[EXERCISE MATERIAL Boundary: Start]
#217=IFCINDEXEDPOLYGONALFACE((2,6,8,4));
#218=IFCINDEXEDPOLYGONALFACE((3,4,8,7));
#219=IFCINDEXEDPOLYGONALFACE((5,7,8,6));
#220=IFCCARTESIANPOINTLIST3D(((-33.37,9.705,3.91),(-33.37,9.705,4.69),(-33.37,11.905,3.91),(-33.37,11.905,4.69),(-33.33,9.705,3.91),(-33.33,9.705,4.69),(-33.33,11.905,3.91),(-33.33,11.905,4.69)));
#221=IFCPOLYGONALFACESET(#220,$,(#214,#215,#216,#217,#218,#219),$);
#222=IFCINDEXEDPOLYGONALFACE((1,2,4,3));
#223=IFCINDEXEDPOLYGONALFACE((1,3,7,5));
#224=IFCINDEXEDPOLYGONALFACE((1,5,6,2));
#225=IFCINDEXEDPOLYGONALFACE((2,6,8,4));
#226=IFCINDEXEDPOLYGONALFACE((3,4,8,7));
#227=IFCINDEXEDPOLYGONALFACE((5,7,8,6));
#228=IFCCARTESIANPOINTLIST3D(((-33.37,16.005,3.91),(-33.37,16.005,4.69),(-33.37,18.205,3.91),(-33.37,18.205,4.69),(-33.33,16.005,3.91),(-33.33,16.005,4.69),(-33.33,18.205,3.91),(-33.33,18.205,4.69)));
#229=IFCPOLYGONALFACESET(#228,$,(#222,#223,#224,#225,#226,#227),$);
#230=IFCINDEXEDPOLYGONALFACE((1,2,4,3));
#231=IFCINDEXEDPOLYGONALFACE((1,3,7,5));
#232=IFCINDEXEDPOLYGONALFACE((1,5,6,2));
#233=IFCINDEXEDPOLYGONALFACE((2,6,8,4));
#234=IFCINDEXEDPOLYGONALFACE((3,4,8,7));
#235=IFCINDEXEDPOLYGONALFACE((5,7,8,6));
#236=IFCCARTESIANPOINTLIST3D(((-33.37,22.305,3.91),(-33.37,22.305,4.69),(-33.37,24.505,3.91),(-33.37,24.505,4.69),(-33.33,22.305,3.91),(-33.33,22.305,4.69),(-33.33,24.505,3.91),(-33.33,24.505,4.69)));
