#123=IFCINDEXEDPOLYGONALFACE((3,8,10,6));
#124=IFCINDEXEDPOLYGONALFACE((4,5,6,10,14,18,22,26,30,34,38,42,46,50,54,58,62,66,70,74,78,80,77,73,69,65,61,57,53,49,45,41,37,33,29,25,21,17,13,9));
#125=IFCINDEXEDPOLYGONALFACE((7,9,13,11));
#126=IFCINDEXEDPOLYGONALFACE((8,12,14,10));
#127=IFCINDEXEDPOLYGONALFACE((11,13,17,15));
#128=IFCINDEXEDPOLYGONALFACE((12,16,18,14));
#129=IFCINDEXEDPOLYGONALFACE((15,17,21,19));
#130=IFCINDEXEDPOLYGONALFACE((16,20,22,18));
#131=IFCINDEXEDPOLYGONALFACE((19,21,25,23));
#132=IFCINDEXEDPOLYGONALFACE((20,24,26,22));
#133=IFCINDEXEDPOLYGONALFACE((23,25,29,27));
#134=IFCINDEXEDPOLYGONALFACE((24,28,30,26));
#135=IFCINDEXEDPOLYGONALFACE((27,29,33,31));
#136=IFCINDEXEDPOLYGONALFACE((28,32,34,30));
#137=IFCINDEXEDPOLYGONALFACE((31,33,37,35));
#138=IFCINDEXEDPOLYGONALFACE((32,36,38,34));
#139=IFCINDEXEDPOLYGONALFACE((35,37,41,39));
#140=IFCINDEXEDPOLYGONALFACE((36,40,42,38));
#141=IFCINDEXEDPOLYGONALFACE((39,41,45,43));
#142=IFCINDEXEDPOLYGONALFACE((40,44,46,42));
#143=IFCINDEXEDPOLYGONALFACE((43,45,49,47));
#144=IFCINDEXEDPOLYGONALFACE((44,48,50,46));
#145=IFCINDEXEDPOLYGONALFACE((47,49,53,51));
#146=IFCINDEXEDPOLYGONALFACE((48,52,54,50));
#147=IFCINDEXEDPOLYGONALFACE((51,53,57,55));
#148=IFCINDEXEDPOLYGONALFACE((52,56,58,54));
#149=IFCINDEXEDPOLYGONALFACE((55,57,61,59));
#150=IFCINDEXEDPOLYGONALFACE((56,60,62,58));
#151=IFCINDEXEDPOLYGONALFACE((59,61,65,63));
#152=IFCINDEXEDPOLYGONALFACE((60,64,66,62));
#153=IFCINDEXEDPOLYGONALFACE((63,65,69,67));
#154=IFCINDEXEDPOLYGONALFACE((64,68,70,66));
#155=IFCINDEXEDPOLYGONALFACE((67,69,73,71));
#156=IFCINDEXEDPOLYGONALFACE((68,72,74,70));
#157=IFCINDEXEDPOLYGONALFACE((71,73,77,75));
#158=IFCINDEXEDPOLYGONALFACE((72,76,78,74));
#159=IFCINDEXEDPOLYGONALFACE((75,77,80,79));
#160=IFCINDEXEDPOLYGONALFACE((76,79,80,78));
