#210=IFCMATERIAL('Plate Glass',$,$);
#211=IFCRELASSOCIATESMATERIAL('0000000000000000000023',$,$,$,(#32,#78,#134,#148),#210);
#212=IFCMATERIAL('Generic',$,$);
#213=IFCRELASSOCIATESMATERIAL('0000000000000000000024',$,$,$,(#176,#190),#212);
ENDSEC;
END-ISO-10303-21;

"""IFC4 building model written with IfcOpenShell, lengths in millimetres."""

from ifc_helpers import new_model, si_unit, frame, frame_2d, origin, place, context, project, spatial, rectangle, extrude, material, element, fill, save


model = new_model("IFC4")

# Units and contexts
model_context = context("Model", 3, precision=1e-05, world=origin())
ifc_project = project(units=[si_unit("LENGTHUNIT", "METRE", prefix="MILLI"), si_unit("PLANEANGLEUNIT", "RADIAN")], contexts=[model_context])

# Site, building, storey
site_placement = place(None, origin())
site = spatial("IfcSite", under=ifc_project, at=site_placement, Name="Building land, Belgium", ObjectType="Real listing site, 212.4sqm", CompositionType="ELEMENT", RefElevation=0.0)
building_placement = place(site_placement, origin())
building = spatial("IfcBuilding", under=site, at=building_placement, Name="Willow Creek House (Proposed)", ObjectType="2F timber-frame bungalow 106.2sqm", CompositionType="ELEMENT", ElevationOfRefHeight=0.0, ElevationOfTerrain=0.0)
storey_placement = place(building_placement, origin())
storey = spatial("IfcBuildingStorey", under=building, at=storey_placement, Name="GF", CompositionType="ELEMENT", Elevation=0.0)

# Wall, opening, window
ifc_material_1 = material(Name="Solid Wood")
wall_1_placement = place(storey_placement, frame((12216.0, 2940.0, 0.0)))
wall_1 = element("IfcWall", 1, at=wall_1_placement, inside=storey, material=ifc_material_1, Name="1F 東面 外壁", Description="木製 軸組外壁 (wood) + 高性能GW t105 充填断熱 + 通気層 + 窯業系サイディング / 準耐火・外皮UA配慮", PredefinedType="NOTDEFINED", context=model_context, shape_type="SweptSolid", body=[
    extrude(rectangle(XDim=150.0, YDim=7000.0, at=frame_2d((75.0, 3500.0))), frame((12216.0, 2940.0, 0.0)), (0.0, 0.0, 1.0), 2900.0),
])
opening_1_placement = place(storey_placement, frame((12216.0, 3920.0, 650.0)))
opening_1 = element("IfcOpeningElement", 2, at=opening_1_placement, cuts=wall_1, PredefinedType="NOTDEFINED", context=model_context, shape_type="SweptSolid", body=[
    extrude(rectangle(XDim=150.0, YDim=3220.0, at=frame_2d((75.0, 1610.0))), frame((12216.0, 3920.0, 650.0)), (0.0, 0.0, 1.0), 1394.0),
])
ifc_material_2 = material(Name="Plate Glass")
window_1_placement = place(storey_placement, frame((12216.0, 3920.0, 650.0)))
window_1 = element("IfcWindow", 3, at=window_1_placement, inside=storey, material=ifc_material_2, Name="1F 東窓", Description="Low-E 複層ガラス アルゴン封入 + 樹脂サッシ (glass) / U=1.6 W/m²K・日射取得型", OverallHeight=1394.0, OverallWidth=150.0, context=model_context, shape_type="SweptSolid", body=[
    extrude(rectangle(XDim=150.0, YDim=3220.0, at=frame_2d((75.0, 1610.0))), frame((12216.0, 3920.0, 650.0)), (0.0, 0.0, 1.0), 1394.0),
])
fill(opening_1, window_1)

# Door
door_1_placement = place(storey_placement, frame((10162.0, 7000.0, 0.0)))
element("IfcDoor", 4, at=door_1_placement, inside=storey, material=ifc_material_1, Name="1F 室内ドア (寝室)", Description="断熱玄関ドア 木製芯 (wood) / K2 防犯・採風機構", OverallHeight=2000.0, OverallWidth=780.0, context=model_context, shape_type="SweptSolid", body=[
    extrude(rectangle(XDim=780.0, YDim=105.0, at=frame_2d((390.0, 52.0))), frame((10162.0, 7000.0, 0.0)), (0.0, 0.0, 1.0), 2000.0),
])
[EXERCISE MATERIAL Boundary: End]
◆ TASK STATEMENT:
Start with the line above that contains "#131=IFCINDEXEDPOLYGONALFACE((19,21,25,23));" and stop after the line that contains "site_placement = place(None, origin())". Output those lines exactly, and only those.

◆ RESPONSE TO THIS TASK:
#131=IFCINDEXEDPOLYGONALFACE((19,21,25,23));
#132=IFCINDEXEDPOLYGONALFACE((20,24,26,22));
#133=IFCINDEXEDPOLYGONALFACE((23,25,29,27));
#134=IFCINDEXEDPOLYGONALFACE((24,28,30,26));
#135=IFCINDEXEDPOLYGONALFACE((27,29,33,31));
#136=IFCINDEXEDPOLYGONALFACE((28,32,34,30));
#137=IFCINDEXEDPOLYGONALFACE((31,33,37,35));
#138=IFCINDEXEDPOLYGONALFACE((32,36,38,34));
#139=IFCINDEXEDPOLYGONALFACE((35,37,41,39));
#140=IFCINDEXEDPOLYGONALFACE((36,40,42,38));
#141=IFCINDEXEDPOLYGONALFACE((39,41,45,43));
#142=IFCINDEXEDPOLYGONALFACE((40,44,46,42));
#143=IFCINDEXEDPOLYGONALFACE((43,45,49,47));
#144=IFCINDEXEDPOLYGONALFACE((44,48,50,46));
#145=IFCINDEXEDPOLYGONALFACE((47,49,53,51));
#146=IFCINDEXEDPOLYGONALFACE((48,52,54,50));
#147=IFCINDEXEDPOLYGONALFACE((51,53,57,55));
#148=IFCINDEXEDPOLYGONALFACE((52,56,58,54));
#149=IFCINDEXEDPOLYGONALFACE((55,57,61,59));
#150=IFCINDEXEDPOLYGONALFACE((56,60,62,58));
#151=IFCINDEXEDPOLYGONALFACE((59,61,65,63));
#152=IFCINDEXEDPOLYGONALFACE((60,64,66,62));
#153=IFCINDEXEDPOLYGONALFACE((63,65,69,67));
#154=IFCINDEXEDPOLYGONALFACE((64,68,70,66));
#155=IFCINDEXEDPOLYGONALFACE((67,69,73,71));
#156=IFCINDEXEDPOLYGONALFACE((68,72,74,70));
#157=IFCINDEXEDPOLYGONALFACE((71,73,77,75));
#158=IFCINDEXEDPOLYGONALFACE((72,76,78,74));
#159=IFCINDEXEDPOLYGONALFACE((75,77,80,79));
#160=IFCINDEXEDPOLYGONALFACE((76,79,80,78));
#210=IFCMATERIAL('Plate Glass',$,$);
#211=IFCRELASSOCIATESMATERIAL('0000000000000000000023',$,$,$,(#32,#78,#134,#148),#210);
#212=IFCMATERIAL('Generic',$,$);
#213=IFCRELASSOCIATESMATERIAL('0000000000000000000024',$,$,$,(#176,#190),#212);
ENDSEC;
END-ISO-10303-21;

"""IFC4 building model written with IfcOpenShell, lengths in millimetres."""

from ifc_helpers import new_model, si_unit, frame, frame_2d, origin, place, context, project, spatial, rectangle, extrude, material, element, fill, save


model = new_model("IFC4")

# Units and contexts
model_context = context("Model", 3, precision=1e-05, world=origin())
ifc_project = project(units=[si_unit("LENGTHUNIT", "METRE", prefix="MILLI"), si_unit("PLANEANGLEUNIT", "RADIAN")], contexts=[model_context])

# Site, building, storey
site_placement = place(None, origin())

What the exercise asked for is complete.